TASK OBJECTIVE:
Please reproduce the entries below exactly, starting at the first line and ending with the line that holds "#135=IFCINDEXEDPOLYGONALFACE((1,5,6,2));".

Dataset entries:

========================================================================

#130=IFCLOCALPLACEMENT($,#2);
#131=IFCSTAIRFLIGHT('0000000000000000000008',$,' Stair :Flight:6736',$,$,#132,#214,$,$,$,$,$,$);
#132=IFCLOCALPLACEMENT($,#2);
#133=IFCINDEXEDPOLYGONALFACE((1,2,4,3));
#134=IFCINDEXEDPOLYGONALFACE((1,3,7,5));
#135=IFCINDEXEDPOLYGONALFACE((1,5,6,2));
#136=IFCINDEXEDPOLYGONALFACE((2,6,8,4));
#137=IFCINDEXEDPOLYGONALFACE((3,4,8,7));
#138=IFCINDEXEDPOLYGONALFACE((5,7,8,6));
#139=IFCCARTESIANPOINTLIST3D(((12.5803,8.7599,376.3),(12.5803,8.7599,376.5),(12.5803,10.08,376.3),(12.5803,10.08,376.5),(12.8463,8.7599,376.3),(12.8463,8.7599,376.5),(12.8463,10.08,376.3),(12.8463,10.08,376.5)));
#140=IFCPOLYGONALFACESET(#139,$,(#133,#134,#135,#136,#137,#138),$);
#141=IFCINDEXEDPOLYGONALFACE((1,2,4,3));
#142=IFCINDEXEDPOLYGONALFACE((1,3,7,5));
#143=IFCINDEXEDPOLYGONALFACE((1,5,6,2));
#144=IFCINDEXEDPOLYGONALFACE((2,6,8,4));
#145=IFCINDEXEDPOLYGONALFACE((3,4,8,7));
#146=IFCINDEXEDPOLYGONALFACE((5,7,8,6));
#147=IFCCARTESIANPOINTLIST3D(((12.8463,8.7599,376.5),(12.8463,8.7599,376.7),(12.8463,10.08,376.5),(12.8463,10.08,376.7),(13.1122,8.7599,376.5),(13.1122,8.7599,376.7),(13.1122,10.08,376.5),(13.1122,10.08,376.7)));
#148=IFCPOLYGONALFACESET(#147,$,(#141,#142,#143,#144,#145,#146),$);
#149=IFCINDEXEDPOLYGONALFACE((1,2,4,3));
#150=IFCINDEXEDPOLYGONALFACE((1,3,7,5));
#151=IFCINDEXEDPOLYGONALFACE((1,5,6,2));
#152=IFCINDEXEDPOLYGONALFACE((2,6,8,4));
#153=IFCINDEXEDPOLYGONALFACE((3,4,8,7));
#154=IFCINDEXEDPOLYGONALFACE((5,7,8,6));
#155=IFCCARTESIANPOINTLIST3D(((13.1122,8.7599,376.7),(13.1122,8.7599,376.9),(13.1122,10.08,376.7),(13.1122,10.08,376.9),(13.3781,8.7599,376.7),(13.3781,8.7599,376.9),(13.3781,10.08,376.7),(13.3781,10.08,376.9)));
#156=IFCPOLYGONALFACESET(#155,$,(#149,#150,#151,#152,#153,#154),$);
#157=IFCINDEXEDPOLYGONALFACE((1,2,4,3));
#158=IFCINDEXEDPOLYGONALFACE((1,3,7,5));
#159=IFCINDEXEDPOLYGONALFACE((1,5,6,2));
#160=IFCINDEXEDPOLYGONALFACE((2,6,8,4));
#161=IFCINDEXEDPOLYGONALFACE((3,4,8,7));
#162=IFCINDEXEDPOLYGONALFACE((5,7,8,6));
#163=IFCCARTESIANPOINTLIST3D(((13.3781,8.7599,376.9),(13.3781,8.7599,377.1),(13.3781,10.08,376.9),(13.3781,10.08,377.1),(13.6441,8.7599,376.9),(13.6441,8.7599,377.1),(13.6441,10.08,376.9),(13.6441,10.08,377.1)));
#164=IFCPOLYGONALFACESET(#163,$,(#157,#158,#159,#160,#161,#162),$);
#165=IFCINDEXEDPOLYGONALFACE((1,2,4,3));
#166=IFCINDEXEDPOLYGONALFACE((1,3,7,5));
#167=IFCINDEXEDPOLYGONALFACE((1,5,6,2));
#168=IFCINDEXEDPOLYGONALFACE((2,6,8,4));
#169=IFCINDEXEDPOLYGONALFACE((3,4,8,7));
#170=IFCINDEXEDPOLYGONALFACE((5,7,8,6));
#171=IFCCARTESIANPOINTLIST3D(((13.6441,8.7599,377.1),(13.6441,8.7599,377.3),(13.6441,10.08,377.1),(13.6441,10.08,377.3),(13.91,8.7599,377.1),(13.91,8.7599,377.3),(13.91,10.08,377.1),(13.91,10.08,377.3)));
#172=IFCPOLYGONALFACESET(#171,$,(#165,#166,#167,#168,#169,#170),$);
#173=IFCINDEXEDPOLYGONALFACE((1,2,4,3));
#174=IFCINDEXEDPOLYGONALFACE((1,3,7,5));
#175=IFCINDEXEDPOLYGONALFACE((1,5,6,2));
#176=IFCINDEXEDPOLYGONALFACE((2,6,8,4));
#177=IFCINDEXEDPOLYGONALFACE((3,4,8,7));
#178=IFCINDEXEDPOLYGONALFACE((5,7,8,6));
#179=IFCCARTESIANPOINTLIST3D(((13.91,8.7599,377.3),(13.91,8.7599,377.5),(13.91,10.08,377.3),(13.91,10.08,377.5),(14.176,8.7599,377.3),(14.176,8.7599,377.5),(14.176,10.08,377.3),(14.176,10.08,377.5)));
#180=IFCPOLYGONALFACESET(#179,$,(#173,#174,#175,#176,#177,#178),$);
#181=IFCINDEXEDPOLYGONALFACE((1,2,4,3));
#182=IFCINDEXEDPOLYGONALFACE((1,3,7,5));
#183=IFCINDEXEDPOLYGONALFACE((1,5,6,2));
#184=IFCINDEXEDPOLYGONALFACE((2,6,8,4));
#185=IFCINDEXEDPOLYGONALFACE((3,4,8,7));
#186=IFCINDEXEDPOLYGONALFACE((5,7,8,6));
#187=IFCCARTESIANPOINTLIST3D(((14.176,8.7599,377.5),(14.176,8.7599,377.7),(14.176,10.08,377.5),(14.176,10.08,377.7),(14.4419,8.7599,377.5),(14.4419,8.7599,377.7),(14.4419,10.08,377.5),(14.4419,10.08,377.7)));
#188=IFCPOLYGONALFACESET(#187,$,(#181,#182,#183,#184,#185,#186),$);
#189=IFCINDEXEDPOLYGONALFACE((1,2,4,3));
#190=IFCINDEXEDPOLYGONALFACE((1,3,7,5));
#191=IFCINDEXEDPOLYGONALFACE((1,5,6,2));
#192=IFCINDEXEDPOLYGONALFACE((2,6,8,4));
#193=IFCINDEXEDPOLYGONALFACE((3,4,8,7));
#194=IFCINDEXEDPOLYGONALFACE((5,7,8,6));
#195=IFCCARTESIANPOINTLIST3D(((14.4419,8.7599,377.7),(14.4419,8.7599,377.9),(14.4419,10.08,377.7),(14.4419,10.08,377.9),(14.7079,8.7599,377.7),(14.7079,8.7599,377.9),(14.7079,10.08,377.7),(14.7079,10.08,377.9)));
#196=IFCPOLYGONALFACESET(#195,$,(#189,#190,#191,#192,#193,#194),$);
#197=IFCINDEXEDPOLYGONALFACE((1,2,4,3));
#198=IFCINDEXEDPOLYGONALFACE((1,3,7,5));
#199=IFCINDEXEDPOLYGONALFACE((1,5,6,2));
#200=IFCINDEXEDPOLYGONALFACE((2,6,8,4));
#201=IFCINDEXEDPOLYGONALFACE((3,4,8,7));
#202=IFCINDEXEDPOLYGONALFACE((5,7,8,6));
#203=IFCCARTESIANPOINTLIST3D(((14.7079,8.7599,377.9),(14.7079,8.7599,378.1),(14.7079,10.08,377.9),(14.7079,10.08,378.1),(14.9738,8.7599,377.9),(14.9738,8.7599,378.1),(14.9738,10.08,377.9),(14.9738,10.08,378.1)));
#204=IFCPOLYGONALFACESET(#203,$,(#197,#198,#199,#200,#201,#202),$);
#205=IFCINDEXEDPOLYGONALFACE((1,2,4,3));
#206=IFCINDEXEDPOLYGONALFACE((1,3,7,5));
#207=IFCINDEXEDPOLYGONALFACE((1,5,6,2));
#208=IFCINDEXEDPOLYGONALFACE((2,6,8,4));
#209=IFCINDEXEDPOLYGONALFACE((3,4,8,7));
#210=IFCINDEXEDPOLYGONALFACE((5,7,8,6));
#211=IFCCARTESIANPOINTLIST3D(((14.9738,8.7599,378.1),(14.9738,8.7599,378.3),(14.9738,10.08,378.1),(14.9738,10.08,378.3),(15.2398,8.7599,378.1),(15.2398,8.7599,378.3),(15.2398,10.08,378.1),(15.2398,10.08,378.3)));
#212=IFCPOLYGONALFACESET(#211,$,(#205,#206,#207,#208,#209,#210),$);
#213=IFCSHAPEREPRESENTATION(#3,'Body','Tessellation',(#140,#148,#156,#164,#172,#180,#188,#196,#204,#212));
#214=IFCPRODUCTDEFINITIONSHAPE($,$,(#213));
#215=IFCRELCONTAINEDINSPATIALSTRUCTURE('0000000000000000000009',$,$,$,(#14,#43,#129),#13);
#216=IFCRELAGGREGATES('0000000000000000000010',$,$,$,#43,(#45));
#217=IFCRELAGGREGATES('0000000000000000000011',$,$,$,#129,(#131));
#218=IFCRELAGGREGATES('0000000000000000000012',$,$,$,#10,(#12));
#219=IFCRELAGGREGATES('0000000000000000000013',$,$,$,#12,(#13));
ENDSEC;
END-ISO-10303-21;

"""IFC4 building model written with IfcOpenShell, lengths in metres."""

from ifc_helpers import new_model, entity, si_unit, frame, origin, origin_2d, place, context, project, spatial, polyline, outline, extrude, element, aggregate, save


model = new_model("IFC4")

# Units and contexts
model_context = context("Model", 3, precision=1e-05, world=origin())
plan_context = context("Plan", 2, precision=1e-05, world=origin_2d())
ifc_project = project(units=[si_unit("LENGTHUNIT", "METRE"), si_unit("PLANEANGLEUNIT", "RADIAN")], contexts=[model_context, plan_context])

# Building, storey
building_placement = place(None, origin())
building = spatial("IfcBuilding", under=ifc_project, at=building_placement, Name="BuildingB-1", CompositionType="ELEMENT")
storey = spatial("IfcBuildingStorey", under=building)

========================================================================

SOLUTION BELOW:
#130=IFCLOCALPLACEMENT($,#2);
#131=IFCSTAIRFLIGHT('0000000000000000000008',$,' Stair :Flight:6736',$,$,#132,#214,$,$,$,$,$,$);
#132=IFCLOCALPLACEMENT($,#2);
#133=IFCINDEXEDPOLYGONALFACE((1,2,4,3));
#134=IFCINDEXEDPOLYGONALFACE((1,3,7,5));
#135=IFCINDEXEDPOLYGONALFACE((1,5,6,2));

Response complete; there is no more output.